En los países desarrollados el consumo de psicofármacos crece un 5 % anual. En España, en la última década ha aumentado un 30 %, situándonos a la cabeza mundial en el uso de sedantes, ansiolíticos e hipnóticos, y entre los primeros en antidepresivos. Sin embargo, este incremento no se traduce en una reducción de los trastornos mentales.
Las alteraciones cerebrales que caracterizan la depresión, la ansiedad, la bipolaridad etc. son innegables, pero cabe preguntarse: ¿son la causa primaria o más bien la consecuencia de otros factores? Si fueran el origen, cabría esperar que los trastornos disminuyeran a medida que aumentan los tratamientos, y la evidencia muestra lo contrario.
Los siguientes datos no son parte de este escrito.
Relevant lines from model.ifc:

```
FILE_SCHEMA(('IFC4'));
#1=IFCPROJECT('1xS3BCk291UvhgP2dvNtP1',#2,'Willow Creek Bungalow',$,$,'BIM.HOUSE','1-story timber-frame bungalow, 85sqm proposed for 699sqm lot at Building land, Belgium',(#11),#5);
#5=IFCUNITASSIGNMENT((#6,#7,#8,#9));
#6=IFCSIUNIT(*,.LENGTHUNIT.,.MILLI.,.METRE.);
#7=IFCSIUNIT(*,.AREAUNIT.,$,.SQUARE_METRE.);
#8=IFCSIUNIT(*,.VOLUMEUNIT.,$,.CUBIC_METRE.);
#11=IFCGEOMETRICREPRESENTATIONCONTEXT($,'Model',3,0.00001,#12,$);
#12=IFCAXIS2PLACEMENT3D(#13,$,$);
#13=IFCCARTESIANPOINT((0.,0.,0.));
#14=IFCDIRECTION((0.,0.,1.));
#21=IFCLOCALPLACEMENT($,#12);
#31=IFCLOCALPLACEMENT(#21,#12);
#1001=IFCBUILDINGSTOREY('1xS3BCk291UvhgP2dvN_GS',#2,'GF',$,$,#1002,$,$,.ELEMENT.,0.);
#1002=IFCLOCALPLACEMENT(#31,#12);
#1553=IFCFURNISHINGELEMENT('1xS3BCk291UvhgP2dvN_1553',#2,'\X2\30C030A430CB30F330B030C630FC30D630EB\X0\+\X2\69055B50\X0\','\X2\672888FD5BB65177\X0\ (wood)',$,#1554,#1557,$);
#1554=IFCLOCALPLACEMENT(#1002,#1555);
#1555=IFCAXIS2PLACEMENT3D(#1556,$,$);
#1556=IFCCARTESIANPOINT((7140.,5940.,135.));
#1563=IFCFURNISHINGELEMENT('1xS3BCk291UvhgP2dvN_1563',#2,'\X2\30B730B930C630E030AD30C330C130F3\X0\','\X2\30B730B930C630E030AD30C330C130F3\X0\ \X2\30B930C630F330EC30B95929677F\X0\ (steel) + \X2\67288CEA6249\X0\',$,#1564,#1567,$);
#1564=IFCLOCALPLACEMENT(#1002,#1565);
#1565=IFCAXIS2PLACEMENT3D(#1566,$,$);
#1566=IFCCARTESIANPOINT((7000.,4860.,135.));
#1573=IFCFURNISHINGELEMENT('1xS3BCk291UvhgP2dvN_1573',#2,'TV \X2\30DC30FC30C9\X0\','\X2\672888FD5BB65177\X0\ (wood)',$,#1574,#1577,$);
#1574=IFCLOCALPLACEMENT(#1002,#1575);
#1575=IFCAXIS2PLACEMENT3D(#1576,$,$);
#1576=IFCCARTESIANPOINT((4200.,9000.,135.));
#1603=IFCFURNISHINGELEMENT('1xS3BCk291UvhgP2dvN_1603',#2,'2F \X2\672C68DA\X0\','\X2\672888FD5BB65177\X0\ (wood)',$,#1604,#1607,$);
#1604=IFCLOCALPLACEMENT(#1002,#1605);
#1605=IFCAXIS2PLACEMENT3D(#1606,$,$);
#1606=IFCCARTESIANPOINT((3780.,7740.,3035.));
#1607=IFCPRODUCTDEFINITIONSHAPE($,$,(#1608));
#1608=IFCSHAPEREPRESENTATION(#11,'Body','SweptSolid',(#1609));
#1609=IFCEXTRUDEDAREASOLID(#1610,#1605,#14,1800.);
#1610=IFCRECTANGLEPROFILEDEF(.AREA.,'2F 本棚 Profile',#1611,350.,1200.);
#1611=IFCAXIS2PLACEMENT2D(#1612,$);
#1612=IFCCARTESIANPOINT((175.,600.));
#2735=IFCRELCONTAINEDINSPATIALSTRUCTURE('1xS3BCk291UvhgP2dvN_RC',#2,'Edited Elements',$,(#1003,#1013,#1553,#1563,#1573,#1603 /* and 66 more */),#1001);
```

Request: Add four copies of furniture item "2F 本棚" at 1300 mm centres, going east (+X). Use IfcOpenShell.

```python
import numpy as np
import ifcopenshell
import ifcopenshell.api.geometry
import ifcopenshell.api.root
import ifcopenshell.util.element
import ifcopenshell.util.placement
import ifcopenshell.util.unit

model = ifcopenshell.open("model.ifc")
unit_scale = ifcopenshell.util.unit.calculate_unit_scale(model)


def reuse_history(source, copy):
    """copy_class also copies each property set's owner history, people and application; keep the originals."""
    for rel in copy.IsDefinedBy:
        if rel.is_a("IfcRelDefinesByProperties") and (history := rel.RelatingPropertyDefinition.OwnerHistory):
            rel.RelatingPropertyDefinition.OwnerHistory = source.OwnerHistory
            ifcopenshell.util.element.remove_deep2(model, history)


source = model.by_guid("1xS3BCk291UvhgP2dvN_1603")
base = ifcopenshell.util.placement.get_local_placement(source.ObjectPlacement)
step = np.array([1.0, 0.0, 0.0]) * 1.3 / unit_scale

for i in range(1, 5):
    copy = ifcopenshell.api.root.copy_class(model, product=source)
    copy.Representation = ifcopenshell.util.element.copy_deep(
        model, source.Representation, exclude=["IfcGeometricRepresentationContext", "IfcRepresentationMap"]
    )
    reuse_history(source, copy)
    matrix = base.copy()
    matrix[:3, 3] += i * step
    print("added at", matrix[:3, 3].round(3) + 0.0)
    ifcopenshell.api.geometry.edit_object_placement(model, product=copy, matrix=matrix, is_si=False)

model.write("model_updated.ifc")
```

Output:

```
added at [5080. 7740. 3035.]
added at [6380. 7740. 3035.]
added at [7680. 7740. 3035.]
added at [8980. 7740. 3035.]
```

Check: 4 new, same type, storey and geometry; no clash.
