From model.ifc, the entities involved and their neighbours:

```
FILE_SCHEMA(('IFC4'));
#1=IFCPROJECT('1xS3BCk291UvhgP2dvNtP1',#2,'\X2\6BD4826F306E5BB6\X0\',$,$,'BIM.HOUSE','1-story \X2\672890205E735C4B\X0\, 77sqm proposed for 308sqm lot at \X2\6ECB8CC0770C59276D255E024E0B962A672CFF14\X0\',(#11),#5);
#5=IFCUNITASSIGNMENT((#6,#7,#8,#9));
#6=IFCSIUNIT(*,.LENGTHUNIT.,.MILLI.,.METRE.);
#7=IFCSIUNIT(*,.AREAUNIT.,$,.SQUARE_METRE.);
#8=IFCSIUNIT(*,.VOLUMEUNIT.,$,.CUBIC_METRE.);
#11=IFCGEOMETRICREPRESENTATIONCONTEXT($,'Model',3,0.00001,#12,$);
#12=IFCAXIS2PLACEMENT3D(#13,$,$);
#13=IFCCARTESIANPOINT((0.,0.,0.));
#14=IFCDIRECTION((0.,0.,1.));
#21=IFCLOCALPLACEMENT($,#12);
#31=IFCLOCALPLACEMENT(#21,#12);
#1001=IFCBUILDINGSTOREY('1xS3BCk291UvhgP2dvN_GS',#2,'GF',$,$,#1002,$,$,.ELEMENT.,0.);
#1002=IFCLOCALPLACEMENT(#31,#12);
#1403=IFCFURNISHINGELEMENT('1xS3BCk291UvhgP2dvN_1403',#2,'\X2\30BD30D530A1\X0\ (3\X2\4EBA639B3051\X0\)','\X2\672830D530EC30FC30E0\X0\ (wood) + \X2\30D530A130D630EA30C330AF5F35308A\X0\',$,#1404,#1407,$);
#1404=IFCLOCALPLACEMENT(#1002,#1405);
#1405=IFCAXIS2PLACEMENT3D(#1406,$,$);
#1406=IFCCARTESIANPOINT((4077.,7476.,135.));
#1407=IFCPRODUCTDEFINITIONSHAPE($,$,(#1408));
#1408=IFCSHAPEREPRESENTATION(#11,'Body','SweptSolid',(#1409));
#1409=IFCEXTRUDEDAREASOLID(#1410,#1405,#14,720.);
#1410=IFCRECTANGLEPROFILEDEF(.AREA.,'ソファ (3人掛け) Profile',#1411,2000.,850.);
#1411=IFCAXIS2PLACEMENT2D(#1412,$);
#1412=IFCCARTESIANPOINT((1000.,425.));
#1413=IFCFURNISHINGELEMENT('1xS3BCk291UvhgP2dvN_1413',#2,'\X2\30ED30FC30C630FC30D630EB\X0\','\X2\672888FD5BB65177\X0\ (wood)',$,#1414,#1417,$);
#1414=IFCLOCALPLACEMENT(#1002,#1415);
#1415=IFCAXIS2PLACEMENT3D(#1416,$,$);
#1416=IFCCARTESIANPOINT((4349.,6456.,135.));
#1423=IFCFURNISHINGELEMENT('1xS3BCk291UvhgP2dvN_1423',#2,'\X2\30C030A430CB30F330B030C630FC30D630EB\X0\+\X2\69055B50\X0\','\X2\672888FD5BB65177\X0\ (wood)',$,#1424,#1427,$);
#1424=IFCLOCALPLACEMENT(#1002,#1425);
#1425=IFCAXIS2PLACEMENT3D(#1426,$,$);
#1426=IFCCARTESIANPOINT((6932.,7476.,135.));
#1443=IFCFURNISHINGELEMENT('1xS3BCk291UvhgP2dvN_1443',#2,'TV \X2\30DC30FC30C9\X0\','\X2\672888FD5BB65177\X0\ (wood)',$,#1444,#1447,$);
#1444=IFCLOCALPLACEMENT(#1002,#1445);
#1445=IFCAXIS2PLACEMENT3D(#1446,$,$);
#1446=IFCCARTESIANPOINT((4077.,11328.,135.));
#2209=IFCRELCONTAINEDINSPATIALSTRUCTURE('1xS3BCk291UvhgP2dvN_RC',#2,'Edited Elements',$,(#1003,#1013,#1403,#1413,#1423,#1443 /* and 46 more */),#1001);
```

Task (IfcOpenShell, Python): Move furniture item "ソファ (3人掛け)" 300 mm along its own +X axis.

```python
import ifcopenshell
import ifcopenshell.api.geometry
import ifcopenshell.util.placement
import ifcopenshell.util.unit

model = ifcopenshell.open("model.ifc")
unit_scale = ifcopenshell.util.unit.calculate_unit_scale(model)

item = model.by_guid("1xS3BCk291UvhgP2dvN_1403")
matrix = ifcopenshell.util.placement.get_local_placement(item.ObjectPlacement)
matrix[:3, 3] += matrix[:3, 0] * 0.3 / unit_scale
ifcopenshell.api.geometry.edit_object_placement(model, product=item, matrix=matrix, is_si=False)

print(ifcopenshell.util.placement.get_local_placement(item.ObjectPlacement).round(3) + 0.0)

model.write("model_rev.ifc")
```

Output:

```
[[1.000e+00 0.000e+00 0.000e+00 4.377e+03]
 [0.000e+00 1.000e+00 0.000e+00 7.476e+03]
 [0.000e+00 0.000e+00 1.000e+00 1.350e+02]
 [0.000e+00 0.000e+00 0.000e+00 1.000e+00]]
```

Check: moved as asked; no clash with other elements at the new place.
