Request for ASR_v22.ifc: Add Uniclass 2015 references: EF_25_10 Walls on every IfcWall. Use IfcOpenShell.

First a look at what the model holds.

```python
import ifcopenshell

model = ifcopenshell.open("ASR_v22.ifc")
print(model.schema)
print("classifications:", [c.Name for c in model.by_type("IfcClassification")])
for ifc_class in ("IfcDoor", "IfcRoof", "IfcStair", "IfcWall", "IfcWindow"):
    print(ifc_class, len(model.by_type(ifc_class)))
```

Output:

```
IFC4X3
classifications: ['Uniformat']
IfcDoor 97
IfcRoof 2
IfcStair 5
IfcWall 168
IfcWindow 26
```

```python
import ifcopenshell
import ifcopenshell.api.classification

model = ifcopenshell.open("ASR_v22.ifc")

system = ifcopenshell.api.classification.add_classification(model, classification="Uniclass 2015")

codes = {
    "IfcWall": ("EF_25_10", "Walls"),
}
for ifc_class, (code, name) in codes.items():
    products = model.by_type(ifc_class)
    ifcopenshell.api.classification.add_reference(
        model, products=products, classification=system, identification=code, name=name
    )
    print(code, len(products))

model.write("ASR_v22_v2.ifc")
```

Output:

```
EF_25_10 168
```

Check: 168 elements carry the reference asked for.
Además, estos problemas son más frecuentes en sociedades de abundancia que en entornos de escasez, lo que sugiere un papel determinante del contexto y de la forma en que la mente lo interpreta.
Los trastornos mentales tienen múltiples causas: vulnerabilidad biológica, ambiente y, sobre todo, la percepción que cada persona desarrolla frente a ese ambiente. Ni la genética ni el entorno son controlables en su totalidad, pero sí lo son la interpretación y la respuesta. Ahí reside un antídoto poderoso: el fortalecimiento interior y el control mental.
En este sentido, el yoga —sin reemplazar los tratamientos médicos o psicológicos— se ha mostrado como un valioso complemento. Su práctica combina movimiento consciente, respiración, relajación, concentración y meditación, ofreciendo herramientas de autoconocimiento y autocontrol que ayudan a sostener la mente en equilibrio.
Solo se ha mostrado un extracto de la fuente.